#### SOURCE MATERIAL
+-------+
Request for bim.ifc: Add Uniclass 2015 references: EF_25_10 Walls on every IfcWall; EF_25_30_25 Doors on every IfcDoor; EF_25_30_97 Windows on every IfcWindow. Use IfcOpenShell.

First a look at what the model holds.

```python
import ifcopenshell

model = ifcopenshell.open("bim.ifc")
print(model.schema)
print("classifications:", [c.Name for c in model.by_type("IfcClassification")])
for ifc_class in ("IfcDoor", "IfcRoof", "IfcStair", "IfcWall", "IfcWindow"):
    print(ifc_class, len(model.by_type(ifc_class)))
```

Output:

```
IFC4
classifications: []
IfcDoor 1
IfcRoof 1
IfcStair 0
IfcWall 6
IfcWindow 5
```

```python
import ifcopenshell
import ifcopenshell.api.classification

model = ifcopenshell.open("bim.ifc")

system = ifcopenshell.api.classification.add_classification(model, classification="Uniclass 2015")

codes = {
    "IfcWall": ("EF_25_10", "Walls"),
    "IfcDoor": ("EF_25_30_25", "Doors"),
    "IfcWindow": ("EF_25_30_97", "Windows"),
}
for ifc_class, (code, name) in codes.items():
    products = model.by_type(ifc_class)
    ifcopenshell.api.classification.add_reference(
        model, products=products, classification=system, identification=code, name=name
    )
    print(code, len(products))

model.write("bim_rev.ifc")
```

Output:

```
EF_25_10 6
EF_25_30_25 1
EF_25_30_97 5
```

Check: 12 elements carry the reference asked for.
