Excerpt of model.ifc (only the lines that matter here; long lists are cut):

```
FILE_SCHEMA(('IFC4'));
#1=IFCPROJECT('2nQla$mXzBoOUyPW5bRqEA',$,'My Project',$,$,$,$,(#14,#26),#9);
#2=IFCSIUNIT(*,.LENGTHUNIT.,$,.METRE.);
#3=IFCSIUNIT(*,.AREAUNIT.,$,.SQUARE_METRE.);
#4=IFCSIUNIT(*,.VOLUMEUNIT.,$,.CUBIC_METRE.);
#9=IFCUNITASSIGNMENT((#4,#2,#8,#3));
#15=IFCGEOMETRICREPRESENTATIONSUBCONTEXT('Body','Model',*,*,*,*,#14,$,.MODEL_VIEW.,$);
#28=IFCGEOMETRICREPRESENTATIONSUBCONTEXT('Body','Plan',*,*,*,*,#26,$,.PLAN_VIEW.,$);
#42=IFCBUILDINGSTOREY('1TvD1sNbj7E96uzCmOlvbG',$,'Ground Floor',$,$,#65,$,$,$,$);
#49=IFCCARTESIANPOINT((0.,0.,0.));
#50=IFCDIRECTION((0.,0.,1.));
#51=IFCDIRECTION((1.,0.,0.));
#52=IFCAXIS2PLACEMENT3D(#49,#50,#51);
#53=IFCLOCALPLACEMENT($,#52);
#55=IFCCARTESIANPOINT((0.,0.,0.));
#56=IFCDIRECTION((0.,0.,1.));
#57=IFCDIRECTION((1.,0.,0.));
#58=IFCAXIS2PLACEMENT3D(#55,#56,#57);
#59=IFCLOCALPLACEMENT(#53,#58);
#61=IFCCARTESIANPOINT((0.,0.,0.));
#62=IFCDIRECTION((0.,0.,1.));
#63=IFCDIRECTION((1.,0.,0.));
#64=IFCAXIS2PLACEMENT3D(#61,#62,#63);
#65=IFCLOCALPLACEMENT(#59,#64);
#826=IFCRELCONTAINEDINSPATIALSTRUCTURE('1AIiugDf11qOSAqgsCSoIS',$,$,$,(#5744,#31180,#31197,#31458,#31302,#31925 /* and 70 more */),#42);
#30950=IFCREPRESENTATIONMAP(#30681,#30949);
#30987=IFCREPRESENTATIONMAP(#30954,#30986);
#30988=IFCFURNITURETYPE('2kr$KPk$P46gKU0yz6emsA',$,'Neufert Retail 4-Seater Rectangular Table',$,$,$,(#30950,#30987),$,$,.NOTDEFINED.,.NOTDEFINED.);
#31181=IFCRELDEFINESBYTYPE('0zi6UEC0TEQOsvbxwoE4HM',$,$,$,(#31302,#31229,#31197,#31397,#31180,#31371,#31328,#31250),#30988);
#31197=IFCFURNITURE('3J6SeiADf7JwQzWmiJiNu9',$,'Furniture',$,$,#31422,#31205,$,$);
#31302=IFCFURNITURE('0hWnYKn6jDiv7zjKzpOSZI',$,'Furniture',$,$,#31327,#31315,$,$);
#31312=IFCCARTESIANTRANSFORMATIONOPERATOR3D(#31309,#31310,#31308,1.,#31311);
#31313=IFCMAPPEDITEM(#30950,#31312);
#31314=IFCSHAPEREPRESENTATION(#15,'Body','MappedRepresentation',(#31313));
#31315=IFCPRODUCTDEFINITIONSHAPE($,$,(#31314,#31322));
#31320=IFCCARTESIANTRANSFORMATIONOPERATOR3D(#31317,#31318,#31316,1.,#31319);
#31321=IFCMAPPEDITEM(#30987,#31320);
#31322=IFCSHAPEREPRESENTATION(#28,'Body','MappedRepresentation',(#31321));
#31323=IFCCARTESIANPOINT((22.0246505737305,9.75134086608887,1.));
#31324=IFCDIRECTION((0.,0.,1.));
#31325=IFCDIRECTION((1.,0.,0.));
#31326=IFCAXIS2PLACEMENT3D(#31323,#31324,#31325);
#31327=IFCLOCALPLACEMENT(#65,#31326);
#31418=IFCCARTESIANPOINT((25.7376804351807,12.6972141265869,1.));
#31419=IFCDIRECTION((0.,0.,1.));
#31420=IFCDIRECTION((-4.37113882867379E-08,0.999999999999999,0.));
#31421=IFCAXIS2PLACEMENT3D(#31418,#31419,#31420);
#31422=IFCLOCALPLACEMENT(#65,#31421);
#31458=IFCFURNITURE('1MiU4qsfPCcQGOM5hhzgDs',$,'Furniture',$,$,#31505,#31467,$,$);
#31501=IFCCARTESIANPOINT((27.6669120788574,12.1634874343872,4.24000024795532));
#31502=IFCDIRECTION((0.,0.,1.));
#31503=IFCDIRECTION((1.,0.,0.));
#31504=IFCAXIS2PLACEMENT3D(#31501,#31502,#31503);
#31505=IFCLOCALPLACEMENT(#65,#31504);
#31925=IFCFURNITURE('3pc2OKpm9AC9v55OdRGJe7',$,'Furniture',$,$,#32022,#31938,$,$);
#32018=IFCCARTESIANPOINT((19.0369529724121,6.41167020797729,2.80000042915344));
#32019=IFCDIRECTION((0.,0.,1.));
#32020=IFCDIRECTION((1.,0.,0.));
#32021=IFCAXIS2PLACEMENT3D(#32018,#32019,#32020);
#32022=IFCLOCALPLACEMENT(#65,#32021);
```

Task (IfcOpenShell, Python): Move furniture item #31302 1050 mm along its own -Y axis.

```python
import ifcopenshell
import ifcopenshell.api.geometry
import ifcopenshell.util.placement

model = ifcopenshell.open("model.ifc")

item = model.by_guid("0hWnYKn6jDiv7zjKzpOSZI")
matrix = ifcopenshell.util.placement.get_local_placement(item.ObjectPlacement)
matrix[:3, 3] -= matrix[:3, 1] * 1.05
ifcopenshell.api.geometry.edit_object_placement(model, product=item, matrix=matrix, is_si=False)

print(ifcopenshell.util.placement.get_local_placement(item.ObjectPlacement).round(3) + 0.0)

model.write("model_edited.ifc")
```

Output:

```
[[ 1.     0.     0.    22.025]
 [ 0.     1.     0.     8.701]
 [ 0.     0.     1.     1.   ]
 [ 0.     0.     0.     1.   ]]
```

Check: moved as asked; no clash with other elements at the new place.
+-------+
What is needed is an exact copy of all the entries.

Request for bim.ifc: Add Uniclass 2015 references: EF_25_10 Walls on every IfcWall; EF_25_30_25 Doors on every IfcDoor; EF_25_30_97 Windows on every IfcWindow. Use IfcOpenShell.

First a look at what the model holds.

```python
import ifcopenshell

model = ifcopenshell.open("bim.ifc")
print(model.schema)
print("classifications:", [c.Name for c in model.by_type("IfcClassification")])
for ifc_class in ("IfcDoor", "IfcRoof", "IfcStair", "IfcWall", "IfcWindow"):
    print(ifc_class, len(model.by_type(ifc_class)))
```

Output:

```
IFC4
classifications: []
IfcDoor 1
IfcRoof 1
IfcStair 0
IfcWall 6
IfcWindow 5
```

```python
import ifcopenshell
import ifcopenshell.api.classification

model = ifcopenshell.open("bim.ifc")

system = ifcopenshell.api.classification.add_classification(model, classification="Uniclass 2015")

codes = {
    "IfcWall": ("EF_25_10", "Walls"),
    "IfcDoor": ("EF_25_30_25", "Doors"),
    "IfcWindow": ("EF_25_30_97", "Windows"),
}
for ifc_class, (code, name) in codes.items():
    products = model.by_type(ifc_class)
    ifcopenshell.api.classification.add_reference(
        model, products=products, classification=system, identification=code, name=name
    )
    print(code, len(products))

model.write("bim_rev.ifc")
```

Output:

```
EF_25_10 6
EF_25_30_25 1
EF_25_30_97 5
```

Check: 12 elements carry the reference asked for.
Excerpt of model.ifc (only the lines that matter here; long lists are cut):

```
FILE_SCHEMA(('IFC4'));
#1=IFCPROJECT('2nQla$mXzBoOUyPW5bRqEA',$,'My Project',$,$,$,$,(#14,#26),#9);
#2=IFCSIUNIT(*,.LENGTHUNIT.,$,.METRE.);
#3=IFCSIUNIT(*,.AREAUNIT.,$,.SQUARE_METRE.);
#4=IFCSIUNIT(*,.VOLUMEUNIT.,$,.CUBIC_METRE.);
#9=IFCUNITASSIGNMENT((#4,#2,#8,#3));
#15=IFCGEOMETRICREPRESENTATIONSUBCONTEXT('Body','Model',*,*,*,*,#14,$,.MODEL_VIEW.,$);
#28=IFCGEOMETRICREPRESENTATIONSUBCONTEXT('Body','Plan',*,*,*,*,#26,$,.PLAN_VIEW.,$);
#42=IFCBUILDINGSTOREY('1TvD1sNbj7E96uzCmOlvbG',$,'Ground Floor',$,$,#65,$,$,$,$);
#49=IFCCARTESIANPOINT((0.,0.,0.));
#50=IFCDIRECTION((0.,0.,1.));
#51=IFCDIRECTION((1.,0.,0.));
#52=IFCAXIS2PLACEMENT3D(#49,#50,#51);
#53=IFCLOCALPLACEMENT($,#52);
#55=IFCCARTESIANPOINT((0.,0.,0.));
#56=IFCDIRECTION((0.,0.,1.));
#57=IFCDIRECTION((1.,0.,0.));
#58=IFCAXIS2PLACEMENT3D(#55,#56,#57);
#59=IFCLOCALPLACEMENT(#53,#58);
#61=IFCCARTESIANPOINT((0.,0.,0.));
#62=IFCDIRECTION((0.,0.,1.));
#63=IFCDIRECTION((1.,0.,0.));
#64=IFCAXIS2PLACEMENT3D(#61,#62,#63);
#65=IFCLOCALPLACEMENT(#59,#64);
#826=IFCRELCONTAINEDINSPATIALSTRUCTURE('1AIiugDf11qOSAqgsCSoIS',$,$,$,(#5744,#31180,#31197,#31458,#31302,#31925 /* and 70 more */),#42);
#30950=IFCREPRESENTATIONMAP(#30681,#30949);
#30987=IFCREPRESENTATIONMAP(#30954,#30986);
#30988=IFCFURNITURETYPE('2kr$KPk$P46gKU0yz6emsA',$,'Neufert Retail 4-Seater Rectangular Table',$,$,$,(#30950,#30987),$,$,.NOTDEFINED.,.NOTDEFINED.);
#31181=IFCRELDEFINESBYTYPE('0zi6UEC0TEQOsvbxwoE4HM',$,$,$,(#31302,#31229,#31197,#31397,#31180,#31371,#31328,#31250),#30988);
#31197=IFCFURNITURE('3J6SeiADf7JwQzWmiJiNu9',$,'Furniture',$,$,#31422,#31205,$,$);
#31302=IFCFURNITURE('0hWnYKn6jDiv7zjKzpOSZI',$,'Furniture',$,$,#31327,#31315,$,$);
#31312=IFCCARTESIANTRANSFORMATIONOPERATOR3D(#31309,#31310,#31308,1.,#31311);
#31313=IFCMAPPEDITEM(#30950,#31312);
#31314=IFCSHAPEREPRESENTATION(#15,'Body','MappedRepresentation',(#31313));
#31315=IFCPRODUCTDEFINITIONSHAPE($,$,(#31314,#31322));
#31320=IFCCARTESIANTRANSFORMATIONOPERATOR3D(#31317,#31318,#31316,1.,#31319);
#31321=IFCMAPPEDITEM(#30987,#31320);
#31322=IFCSHAPEREPRESENTATION(#28,'Body','MappedRepresentation',(#31321));
#31323=IFCCARTESIANPOINT((22.0246505737305,9.75134086608887,1.));
#31324=IFCDIRECTION((0.,0.,1.));
#31325=IFCDIRECTION((1.,0.,0.));
#31326=IFCAXIS2PLACEMENT3D(#31323,#31324,#31325);
#31327=IFCLOCALPLACEMENT(#65,#31326);
#31418=IFCCARTESIANPOINT((25.7376804351807,12.6972141265869,1.));
#31419=IFCDIRECTION((0.,0.,1.));
#31420=IFCDIRECTION((-4.37113882867379E-08,0.999999999999999,0.));
#31421=IFCAXIS2PLACEMENT3D(#31418,#31419,#31420);
#31422=IFCLOCALPLACEMENT(#65,#31421);
#31458=IFCFURNITURE('1MiU4qsfPCcQGOM5hhzgDs',$,'Furniture',$,$,#31505,#31467,$,$);
#31501=IFCCARTESIANPOINT((27.6669120788574,12.1634874343872,4.24000024795532));
#31502=IFCDIRECTION((0.,0.,1.));
#31503=IFCDIRECTION((1.,0.,0.));
#31504=IFCAXIS2PLACEMENT3D(#31501,#31502,#31503);
#31505=IFCLOCALPLACEMENT(#65,#31504);
#31925=IFCFURNITURE('3pc2OKpm9AC9v55OdRGJe7',$,'Furniture',$,$,#32022,#31938,$,$);
#32018=IFCCARTESIANPOINT((19.0369529724121,6.41167020797729,2.80000042915344));
#32019=IFCDIRECTION((0.,0.,1.));
#32020=IFCDIRECTION((1.,0.,0.));
#32021=IFCAXIS2PLACEMENT3D(#32018,#32019,#32020);
#32022=IFCLOCALPLACEMENT(#65,#32021);
```

Task (IfcOpenShell, Python): Move furniture item #31302 1050 mm along its own -Y axis.

```python
import ifcopenshell
import ifcopenshell.api.geometry
import ifcopenshell.util.placement

model = ifcopenshell.open("model.ifc")

item = model.by_guid("0hWnYKn6jDiv7zjKzpOSZI")
matrix = ifcopenshell.util.placement.get_local_placement(item.ObjectPlacement)
matrix[:3, 3] -= matrix[:3, 1] * 1.05
ifcopenshell.api.geometry.edit_object_placement(model, product=item, matrix=matrix, is_si=False)

print(ifcopenshell.util.placement.get_local_placement(item.ObjectPlacement).round(3) + 0.0)

model.write("model_edited.ifc")
```

Output:

```
[[ 1.     0.     0.    22.025]
 [ 0.     1.     0.     8.701]
 [ 0.     0.     1.     1.   ]
 [ 0.     0.     0.     1.   ]]
```

Check: moved as asked; no clash with other elements at the new place.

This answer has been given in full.